Data to process section start

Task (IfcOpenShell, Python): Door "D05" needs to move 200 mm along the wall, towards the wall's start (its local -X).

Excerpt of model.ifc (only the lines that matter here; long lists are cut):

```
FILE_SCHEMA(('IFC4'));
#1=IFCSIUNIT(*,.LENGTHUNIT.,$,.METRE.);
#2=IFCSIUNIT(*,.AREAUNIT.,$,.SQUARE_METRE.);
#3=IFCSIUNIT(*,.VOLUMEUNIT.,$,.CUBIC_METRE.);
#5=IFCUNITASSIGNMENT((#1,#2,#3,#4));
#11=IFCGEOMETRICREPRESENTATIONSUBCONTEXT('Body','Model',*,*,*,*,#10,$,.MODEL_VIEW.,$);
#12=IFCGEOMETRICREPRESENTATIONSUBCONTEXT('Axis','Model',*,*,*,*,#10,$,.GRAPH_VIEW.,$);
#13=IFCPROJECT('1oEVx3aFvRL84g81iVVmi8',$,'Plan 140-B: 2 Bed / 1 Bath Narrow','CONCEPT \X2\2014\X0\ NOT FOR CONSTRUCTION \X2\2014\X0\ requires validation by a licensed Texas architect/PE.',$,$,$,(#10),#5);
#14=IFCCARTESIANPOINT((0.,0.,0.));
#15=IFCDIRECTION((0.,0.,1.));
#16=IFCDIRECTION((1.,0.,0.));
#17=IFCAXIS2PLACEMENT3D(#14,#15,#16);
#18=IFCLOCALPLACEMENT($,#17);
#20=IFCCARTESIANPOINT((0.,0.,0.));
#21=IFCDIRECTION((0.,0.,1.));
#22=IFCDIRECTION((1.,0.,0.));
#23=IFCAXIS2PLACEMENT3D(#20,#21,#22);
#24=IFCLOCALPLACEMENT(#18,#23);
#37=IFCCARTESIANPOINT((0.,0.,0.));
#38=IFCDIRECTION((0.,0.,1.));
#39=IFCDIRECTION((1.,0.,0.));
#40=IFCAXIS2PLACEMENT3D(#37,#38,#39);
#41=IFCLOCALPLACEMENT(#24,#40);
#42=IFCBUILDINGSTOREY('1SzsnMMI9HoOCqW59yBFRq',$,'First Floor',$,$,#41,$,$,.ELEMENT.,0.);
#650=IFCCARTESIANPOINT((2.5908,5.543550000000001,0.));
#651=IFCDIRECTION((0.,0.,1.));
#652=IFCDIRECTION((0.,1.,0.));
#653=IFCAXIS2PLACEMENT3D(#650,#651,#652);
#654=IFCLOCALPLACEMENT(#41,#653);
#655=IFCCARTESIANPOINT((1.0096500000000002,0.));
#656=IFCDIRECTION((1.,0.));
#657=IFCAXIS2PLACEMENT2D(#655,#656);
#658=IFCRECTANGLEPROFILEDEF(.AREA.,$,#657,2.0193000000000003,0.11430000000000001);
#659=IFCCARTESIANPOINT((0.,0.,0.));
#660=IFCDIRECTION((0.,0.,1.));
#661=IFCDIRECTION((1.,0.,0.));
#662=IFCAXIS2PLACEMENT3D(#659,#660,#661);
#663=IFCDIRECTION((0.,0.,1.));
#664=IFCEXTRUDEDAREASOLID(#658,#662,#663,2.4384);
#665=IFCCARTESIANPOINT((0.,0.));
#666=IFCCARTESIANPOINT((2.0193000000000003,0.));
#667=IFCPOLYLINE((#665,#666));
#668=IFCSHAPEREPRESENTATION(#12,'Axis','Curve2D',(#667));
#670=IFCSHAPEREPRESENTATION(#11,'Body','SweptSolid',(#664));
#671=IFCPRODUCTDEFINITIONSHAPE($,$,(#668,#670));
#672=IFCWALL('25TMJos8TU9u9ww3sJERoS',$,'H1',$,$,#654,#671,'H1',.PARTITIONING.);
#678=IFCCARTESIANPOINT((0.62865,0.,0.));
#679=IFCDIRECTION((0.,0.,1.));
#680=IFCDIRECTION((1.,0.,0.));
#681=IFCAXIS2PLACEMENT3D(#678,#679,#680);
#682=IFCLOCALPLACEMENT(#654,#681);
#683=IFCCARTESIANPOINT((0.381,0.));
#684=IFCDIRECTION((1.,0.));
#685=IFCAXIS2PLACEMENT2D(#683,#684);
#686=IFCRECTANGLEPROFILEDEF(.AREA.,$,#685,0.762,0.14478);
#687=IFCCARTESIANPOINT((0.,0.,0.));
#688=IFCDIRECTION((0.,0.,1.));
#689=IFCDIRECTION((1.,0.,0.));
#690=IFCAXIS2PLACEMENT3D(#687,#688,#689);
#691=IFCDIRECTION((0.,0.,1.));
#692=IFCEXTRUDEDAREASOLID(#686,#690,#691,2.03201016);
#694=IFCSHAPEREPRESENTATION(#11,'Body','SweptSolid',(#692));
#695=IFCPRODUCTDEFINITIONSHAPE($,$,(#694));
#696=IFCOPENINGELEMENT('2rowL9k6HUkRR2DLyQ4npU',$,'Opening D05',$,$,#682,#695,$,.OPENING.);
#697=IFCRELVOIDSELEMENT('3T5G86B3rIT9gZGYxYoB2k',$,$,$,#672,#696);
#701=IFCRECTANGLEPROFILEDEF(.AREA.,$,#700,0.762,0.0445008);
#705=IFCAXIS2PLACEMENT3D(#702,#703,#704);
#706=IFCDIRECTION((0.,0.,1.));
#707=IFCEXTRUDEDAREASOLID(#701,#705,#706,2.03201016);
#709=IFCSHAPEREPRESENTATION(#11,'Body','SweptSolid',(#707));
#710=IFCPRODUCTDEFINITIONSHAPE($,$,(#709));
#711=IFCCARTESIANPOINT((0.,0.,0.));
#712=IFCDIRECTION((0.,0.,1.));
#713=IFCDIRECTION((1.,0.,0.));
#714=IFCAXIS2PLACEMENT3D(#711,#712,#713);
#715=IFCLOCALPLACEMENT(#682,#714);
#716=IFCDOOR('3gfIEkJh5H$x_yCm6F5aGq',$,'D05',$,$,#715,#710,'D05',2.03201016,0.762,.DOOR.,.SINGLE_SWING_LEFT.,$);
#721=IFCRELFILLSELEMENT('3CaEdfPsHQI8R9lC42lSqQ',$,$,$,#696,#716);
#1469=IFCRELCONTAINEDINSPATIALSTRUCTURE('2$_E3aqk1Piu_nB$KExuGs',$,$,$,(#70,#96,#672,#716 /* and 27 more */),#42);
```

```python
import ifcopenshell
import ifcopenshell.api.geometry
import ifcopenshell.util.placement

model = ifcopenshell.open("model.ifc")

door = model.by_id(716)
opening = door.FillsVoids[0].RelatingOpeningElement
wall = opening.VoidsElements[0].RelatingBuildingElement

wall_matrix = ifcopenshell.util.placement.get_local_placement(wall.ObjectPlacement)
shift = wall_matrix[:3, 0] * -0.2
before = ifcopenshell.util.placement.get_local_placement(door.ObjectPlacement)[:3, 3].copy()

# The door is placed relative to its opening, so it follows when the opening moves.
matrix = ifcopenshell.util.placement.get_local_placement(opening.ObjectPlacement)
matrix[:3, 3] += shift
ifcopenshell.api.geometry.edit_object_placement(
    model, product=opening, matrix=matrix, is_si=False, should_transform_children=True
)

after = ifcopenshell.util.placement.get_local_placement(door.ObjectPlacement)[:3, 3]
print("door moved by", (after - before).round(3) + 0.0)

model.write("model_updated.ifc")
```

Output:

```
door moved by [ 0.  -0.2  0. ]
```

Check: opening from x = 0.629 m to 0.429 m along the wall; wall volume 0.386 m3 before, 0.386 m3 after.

Data to process section end

■ To do: Filter the records for the string "IFCCARTESIANPOINT" and copy every line that holds it.

■ Task solution:
#14=IFCCARTESIANPOINT((0.,0.,0.));
#20=IFCCARTESIANPOINT((0.,0.,0.));
#37=IFCCARTESIANPOINT((0.,0.,0.));
#650=IFCCARTESIANPOINT((2.5908,5.543550000000001,0.));
#655=IFCCARTESIANPOINT((1.0096500000000002,0.));
#659=IFCCARTESIANPOINT((0.,0.,0.));
#665=IFCCARTESIANPOINT((0.,0.));
#666=IFCCARTESIANPOINT((2.0193000000000003,0.));
#678=IFCCARTESIANPOINT((0.62865,0.,0.));
#683=IFCCARTESIANPOINT((0.381,0.));
#687=IFCCARTESIANPOINT((0.,0.,0.));
#711=IFCCARTESIANPOINT((0.,0.,0.));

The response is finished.